La CFDT de SeaFrance a sans doute joué son ultime coup de poker. La branche locale du syndicat, majoritaire sur les navires de la compagnie calaisienne, a finalement remis vendredi soir une offre de reprise en Scop (coopérative ouvrière) « complétée » au tribunal de commerce de Paris. Mais son projet semble désormais totalement hors-jeu. Car c’est moins l’absence de financement du projet - dont les besoins sont évalués à 50 millions d’euros - qui pose désormais problème, que l’image de la CFDT locale. Désavoué par sa confédération, le syndicat est complètement discrédité par les pratiques douteuses de ses dirigeants, qui intéressent le fisc et la justice

« Dialogue ».
La solution CFDT quasiment « out », les salariés non encartés font désormais entendre leur voix pour remettre en selle la solution présentée par Louis Dreyfus Armateurs (LDA) et le danois DFDS,mais torpillée jusqu’ici par le syndicat maison :« Nous souhaiterions pouvoir renouer le dialogue avec eux,a lancé Caroline Hayart, porte-parole d’un collectif qui s’est réuni vendredi à Calais. S’il y a un jour où il faut agir, c’est aujourd’hui ! » Les voix sont frêles : Caroline Hayart, Laurence Le Gonidec et Françoise Monfregola n’ont pas l’habitude. Mais elles sont déterminées. En face des trois femmes, ils étaient une centaine, navigants et sédentaires, ce vendredi à la salle des fêtes du Minck, à deux pas du port, où les ferries SeaFrance sont à quai depuis le 15 novembre.
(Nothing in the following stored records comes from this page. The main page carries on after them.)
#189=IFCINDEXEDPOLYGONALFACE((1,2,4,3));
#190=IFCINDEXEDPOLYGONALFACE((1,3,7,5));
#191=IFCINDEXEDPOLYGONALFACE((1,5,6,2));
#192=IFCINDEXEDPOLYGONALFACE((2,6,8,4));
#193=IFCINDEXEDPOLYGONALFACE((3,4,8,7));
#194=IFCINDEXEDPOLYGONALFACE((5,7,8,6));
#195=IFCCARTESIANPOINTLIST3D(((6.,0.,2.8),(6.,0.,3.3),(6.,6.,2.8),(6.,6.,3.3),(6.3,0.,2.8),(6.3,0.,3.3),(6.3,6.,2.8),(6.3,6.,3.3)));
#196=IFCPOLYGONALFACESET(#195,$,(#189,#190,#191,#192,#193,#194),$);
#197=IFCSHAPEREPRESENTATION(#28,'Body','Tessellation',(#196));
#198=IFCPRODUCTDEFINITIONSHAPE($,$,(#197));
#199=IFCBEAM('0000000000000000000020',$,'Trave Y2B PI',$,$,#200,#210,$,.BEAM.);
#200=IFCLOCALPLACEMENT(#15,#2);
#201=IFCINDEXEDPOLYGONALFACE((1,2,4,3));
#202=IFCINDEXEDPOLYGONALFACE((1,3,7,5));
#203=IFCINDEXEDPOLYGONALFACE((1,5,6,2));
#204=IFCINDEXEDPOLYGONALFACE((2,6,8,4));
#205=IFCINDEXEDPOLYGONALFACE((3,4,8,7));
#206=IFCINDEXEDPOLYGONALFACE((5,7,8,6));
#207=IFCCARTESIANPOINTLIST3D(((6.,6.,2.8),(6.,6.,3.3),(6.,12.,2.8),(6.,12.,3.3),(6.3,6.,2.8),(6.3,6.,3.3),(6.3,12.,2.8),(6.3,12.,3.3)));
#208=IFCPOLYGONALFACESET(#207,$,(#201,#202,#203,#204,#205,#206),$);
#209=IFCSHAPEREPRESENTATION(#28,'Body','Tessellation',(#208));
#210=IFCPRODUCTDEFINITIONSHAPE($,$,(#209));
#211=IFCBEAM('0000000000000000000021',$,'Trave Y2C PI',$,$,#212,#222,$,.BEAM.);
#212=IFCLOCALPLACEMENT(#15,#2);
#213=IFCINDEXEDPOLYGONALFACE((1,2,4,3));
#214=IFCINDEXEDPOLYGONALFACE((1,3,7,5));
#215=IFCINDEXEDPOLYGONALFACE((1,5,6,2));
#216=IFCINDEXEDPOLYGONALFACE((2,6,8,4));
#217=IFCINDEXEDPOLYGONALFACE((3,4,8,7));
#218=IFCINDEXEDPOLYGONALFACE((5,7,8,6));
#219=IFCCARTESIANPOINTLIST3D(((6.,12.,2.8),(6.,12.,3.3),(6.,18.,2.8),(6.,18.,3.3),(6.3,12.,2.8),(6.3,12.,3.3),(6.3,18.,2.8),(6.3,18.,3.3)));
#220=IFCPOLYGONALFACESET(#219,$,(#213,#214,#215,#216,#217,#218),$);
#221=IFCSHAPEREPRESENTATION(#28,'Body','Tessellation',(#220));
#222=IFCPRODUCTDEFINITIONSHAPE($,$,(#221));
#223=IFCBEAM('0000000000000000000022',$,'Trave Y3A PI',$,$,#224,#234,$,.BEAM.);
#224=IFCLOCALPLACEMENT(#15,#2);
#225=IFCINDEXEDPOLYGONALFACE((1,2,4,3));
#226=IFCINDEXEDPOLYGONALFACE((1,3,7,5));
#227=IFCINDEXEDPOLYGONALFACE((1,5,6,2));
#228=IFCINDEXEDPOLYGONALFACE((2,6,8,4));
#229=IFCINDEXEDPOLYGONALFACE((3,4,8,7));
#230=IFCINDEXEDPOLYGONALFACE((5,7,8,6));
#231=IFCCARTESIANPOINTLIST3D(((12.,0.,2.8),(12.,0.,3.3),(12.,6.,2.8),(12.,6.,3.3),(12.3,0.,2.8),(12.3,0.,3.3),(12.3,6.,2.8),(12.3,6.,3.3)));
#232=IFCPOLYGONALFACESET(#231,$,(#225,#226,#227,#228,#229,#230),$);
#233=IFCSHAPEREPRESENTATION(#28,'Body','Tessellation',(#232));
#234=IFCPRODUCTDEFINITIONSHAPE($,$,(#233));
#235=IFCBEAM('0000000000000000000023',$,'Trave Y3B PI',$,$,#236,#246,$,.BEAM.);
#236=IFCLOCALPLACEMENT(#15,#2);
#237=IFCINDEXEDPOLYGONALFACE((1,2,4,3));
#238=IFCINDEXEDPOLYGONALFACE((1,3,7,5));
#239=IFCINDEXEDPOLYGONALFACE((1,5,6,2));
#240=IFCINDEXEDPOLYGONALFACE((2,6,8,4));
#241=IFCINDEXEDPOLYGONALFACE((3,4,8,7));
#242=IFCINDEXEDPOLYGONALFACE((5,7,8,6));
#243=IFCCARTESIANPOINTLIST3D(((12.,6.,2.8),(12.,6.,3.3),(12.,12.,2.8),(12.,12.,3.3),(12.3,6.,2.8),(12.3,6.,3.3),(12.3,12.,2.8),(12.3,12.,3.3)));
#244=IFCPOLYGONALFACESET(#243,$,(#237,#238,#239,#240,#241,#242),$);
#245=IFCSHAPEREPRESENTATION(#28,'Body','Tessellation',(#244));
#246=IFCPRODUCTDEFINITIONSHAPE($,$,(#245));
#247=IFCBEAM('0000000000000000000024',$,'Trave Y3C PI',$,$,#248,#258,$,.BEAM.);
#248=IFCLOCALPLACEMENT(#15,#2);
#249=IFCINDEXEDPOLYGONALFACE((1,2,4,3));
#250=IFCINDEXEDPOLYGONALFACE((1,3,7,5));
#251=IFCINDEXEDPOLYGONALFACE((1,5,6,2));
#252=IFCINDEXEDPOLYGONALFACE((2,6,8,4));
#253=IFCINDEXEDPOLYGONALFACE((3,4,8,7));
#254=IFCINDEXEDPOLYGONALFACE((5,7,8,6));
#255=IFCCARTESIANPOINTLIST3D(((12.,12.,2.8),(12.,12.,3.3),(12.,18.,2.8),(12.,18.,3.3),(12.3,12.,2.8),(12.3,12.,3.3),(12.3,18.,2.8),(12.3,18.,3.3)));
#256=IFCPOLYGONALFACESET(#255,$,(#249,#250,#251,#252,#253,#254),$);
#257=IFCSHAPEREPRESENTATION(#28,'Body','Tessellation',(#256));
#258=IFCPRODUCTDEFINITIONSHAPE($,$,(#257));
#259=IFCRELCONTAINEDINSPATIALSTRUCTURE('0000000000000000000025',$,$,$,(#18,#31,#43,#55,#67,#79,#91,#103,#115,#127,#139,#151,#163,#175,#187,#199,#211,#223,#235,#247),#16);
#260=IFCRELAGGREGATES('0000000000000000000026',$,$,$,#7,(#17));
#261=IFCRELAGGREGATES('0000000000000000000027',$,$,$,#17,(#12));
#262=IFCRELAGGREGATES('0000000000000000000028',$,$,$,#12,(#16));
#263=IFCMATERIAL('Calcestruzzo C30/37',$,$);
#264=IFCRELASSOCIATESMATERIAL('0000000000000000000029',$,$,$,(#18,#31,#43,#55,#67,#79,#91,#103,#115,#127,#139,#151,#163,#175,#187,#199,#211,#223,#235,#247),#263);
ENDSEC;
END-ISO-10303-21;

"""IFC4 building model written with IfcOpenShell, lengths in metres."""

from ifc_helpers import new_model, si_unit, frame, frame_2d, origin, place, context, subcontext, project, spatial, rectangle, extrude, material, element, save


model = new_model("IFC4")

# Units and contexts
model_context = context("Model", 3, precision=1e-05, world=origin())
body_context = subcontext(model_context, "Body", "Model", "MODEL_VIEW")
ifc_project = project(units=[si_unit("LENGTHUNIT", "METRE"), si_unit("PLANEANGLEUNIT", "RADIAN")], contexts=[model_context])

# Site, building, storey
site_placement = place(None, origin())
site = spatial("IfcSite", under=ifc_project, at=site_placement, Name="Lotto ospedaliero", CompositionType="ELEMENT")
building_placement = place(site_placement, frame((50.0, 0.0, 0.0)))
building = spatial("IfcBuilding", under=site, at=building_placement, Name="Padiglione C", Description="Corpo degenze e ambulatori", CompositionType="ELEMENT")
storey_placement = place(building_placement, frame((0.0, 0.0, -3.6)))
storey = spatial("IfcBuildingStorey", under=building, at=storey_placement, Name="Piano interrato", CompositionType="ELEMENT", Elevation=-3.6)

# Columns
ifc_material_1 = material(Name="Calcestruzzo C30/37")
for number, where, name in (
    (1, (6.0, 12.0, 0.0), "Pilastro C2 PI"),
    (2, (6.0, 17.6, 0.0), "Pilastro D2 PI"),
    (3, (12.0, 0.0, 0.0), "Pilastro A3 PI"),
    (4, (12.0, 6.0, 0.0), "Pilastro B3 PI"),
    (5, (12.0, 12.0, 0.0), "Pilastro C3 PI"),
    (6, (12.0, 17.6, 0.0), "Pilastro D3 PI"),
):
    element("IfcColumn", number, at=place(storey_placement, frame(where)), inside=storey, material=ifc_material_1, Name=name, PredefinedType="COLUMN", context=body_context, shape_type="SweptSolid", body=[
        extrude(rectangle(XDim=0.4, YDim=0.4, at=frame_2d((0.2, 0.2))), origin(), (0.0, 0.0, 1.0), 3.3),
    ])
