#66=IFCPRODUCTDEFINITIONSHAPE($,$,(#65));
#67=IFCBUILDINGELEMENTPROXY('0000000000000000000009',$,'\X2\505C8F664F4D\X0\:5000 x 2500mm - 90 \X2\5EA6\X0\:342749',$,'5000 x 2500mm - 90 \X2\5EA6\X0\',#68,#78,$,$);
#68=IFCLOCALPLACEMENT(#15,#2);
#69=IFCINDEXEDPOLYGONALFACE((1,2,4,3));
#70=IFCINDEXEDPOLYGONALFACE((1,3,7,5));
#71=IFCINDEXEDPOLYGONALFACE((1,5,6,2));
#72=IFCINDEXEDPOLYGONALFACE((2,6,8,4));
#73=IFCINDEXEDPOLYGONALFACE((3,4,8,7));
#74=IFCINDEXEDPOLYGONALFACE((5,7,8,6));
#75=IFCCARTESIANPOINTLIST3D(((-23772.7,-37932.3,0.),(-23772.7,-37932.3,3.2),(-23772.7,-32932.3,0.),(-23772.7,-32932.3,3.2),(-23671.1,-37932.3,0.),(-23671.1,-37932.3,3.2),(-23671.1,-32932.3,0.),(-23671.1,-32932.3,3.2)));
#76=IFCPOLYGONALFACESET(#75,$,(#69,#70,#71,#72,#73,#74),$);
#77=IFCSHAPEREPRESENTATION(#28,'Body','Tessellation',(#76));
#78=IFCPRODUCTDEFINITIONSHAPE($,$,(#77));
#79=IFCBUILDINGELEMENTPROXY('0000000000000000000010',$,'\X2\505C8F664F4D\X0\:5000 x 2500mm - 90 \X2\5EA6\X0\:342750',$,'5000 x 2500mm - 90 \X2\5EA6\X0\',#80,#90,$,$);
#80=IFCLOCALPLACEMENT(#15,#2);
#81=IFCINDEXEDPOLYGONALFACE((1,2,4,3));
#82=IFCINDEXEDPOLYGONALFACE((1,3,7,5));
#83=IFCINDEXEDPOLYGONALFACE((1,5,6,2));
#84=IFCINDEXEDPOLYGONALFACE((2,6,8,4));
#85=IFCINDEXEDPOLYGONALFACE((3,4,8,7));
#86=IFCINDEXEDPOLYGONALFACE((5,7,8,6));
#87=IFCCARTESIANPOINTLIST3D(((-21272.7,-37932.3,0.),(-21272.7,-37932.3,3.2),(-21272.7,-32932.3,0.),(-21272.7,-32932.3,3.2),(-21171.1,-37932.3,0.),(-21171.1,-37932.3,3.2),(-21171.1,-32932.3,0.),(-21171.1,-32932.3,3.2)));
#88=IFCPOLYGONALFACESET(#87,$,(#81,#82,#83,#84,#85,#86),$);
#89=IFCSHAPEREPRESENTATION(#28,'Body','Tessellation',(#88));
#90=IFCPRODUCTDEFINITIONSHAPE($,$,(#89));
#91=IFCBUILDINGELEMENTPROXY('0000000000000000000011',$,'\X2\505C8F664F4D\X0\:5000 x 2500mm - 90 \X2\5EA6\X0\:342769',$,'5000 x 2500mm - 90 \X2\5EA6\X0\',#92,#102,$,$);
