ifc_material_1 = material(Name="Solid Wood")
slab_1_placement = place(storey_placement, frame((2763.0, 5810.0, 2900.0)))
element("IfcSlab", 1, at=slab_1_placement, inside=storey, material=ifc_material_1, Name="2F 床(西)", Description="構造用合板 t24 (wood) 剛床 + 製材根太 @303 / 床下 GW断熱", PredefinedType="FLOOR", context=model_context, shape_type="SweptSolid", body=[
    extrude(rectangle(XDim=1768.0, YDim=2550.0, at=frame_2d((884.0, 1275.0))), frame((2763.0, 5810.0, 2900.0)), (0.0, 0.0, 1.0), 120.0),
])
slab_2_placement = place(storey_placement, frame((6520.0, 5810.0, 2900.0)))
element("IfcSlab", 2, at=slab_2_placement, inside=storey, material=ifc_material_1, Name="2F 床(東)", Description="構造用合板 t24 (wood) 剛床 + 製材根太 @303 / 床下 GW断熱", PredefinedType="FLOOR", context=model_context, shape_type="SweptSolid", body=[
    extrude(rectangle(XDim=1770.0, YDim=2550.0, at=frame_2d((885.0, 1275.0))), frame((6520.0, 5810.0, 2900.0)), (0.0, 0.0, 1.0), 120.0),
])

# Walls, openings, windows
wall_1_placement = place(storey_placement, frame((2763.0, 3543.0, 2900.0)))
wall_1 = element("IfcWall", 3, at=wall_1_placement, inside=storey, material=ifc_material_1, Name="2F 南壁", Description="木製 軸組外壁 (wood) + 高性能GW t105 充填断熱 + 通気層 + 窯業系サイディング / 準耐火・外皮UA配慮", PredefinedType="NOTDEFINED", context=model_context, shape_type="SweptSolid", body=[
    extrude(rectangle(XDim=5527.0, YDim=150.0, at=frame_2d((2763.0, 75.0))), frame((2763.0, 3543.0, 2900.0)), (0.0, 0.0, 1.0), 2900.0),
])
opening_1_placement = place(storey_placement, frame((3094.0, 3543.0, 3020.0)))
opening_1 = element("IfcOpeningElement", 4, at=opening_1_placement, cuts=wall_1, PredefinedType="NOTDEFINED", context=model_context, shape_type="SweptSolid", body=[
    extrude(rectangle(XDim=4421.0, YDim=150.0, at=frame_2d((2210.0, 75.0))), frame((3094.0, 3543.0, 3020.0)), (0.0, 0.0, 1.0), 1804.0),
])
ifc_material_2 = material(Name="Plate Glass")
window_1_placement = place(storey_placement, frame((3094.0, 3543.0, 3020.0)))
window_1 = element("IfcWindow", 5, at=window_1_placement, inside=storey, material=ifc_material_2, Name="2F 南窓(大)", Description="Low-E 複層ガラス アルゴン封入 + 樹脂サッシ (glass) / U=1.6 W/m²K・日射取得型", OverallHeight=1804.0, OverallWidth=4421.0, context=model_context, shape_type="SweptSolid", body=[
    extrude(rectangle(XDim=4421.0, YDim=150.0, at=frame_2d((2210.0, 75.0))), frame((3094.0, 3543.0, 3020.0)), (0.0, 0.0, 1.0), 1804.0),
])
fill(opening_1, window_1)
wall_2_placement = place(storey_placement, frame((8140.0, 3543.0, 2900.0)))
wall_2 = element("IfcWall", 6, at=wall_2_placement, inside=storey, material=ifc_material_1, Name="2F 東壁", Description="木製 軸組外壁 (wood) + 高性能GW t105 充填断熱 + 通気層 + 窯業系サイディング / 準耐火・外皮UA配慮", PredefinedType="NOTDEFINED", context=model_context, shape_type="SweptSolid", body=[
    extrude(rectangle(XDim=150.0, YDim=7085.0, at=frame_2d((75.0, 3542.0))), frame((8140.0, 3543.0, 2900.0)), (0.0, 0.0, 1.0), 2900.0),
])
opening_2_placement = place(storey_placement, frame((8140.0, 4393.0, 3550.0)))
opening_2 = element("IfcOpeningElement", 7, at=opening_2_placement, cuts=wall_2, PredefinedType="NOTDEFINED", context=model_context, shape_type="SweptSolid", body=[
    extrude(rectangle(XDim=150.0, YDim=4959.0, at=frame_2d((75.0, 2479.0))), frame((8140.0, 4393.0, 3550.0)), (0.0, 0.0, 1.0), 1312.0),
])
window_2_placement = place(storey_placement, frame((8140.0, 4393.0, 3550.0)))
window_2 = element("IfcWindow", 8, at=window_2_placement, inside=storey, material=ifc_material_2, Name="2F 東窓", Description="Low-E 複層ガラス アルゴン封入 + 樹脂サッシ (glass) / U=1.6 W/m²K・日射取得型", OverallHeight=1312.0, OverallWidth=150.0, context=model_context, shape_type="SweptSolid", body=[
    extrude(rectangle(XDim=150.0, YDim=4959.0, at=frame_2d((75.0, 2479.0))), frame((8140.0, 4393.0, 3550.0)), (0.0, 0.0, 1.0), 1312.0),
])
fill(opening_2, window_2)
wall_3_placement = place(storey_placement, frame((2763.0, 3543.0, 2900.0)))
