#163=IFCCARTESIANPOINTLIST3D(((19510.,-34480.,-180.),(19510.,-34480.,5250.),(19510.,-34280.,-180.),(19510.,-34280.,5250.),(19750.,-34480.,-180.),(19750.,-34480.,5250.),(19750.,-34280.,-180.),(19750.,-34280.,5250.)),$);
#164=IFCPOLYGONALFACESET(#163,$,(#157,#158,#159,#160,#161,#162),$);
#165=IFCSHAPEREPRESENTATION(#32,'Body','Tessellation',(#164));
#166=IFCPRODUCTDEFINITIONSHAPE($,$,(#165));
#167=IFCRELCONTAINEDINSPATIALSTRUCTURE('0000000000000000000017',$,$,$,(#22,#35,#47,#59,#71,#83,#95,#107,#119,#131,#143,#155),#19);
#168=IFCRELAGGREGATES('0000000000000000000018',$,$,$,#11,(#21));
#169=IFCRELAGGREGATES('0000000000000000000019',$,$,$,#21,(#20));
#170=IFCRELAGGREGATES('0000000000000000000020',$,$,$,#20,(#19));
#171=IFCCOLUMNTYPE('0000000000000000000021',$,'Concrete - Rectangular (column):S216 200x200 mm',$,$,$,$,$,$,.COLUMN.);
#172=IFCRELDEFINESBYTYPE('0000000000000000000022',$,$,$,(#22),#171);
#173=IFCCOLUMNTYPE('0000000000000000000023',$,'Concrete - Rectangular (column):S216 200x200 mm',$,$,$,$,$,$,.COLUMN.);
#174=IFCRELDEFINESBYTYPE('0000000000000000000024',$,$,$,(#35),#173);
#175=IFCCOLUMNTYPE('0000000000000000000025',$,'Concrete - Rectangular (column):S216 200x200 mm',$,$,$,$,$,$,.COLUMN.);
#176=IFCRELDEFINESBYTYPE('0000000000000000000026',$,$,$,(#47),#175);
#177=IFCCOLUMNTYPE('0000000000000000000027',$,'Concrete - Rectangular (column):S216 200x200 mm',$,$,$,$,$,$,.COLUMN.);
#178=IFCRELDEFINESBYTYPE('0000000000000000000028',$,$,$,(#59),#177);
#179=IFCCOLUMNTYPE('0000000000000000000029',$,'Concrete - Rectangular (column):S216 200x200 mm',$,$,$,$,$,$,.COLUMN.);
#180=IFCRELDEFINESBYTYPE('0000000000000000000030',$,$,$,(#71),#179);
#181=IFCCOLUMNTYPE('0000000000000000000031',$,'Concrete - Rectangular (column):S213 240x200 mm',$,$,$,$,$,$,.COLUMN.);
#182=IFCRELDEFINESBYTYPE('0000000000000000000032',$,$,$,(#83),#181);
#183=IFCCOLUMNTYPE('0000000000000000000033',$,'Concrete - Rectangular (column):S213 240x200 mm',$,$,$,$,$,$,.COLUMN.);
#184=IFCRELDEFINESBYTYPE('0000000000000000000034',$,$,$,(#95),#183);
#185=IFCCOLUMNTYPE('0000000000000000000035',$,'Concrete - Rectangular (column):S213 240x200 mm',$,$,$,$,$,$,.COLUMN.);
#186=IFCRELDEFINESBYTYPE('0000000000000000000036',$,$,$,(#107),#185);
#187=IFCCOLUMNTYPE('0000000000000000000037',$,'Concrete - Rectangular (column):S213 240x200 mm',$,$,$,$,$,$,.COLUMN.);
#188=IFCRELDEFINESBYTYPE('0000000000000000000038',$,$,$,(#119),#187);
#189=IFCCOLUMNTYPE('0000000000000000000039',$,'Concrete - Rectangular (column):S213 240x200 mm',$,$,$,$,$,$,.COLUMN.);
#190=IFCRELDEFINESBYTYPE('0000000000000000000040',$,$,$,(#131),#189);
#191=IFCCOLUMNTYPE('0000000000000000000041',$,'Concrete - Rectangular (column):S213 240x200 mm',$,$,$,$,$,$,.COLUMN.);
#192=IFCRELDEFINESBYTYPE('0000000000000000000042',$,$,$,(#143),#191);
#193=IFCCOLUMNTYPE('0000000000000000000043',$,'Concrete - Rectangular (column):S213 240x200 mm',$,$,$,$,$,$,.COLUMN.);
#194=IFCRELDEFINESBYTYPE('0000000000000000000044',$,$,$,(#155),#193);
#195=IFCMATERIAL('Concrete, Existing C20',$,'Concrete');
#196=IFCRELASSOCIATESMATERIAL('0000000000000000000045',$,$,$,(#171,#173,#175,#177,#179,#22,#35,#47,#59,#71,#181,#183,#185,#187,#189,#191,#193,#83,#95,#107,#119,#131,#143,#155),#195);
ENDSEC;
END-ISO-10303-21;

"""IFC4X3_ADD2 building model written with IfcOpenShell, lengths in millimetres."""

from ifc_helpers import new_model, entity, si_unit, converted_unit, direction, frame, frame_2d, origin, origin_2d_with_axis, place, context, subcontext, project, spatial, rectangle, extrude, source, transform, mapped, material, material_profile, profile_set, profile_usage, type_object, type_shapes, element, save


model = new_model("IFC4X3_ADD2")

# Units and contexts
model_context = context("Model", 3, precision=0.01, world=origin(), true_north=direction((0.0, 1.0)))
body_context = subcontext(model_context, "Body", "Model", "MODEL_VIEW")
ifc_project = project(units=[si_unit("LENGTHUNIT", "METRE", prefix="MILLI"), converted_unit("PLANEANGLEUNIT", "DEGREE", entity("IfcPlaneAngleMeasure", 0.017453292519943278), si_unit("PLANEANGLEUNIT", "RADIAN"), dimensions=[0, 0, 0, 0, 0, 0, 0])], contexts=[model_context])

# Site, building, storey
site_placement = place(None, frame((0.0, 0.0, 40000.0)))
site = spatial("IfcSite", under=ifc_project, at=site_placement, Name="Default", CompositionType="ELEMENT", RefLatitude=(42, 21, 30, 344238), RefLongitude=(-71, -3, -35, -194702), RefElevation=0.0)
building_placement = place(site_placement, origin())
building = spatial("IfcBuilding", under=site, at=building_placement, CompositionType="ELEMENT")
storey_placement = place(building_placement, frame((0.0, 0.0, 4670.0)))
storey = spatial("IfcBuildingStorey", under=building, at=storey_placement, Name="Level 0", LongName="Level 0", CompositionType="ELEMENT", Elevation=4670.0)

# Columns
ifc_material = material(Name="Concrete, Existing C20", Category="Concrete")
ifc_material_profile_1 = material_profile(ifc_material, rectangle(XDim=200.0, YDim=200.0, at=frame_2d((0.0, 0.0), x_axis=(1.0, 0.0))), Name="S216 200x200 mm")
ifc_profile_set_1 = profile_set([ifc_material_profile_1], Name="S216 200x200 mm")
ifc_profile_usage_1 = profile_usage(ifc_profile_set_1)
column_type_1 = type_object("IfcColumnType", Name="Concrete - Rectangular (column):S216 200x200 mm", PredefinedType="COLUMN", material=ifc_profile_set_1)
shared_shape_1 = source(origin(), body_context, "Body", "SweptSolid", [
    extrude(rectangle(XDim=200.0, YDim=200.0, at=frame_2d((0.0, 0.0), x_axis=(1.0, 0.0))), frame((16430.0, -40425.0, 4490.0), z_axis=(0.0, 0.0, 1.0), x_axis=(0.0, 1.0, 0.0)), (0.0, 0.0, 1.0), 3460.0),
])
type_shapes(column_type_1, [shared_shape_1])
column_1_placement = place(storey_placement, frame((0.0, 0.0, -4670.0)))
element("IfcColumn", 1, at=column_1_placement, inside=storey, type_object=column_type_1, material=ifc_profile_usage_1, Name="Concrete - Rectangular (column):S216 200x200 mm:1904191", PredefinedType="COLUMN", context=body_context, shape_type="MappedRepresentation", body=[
A Paris, les pouvoirs publics soutiennent activement l’idée : « Louis Dreyfus, c’est un vrai armateur, pas un financier qui va reprendre les bateaux pour les revendre. C’est le seul repreneur sérieux. Le but du gouvernement, c’est que l’on garde un maximum d’emplois, qu’il y ait le moins de chômeurs possibles », confie à Libération une source gouvernementale proche du dossier.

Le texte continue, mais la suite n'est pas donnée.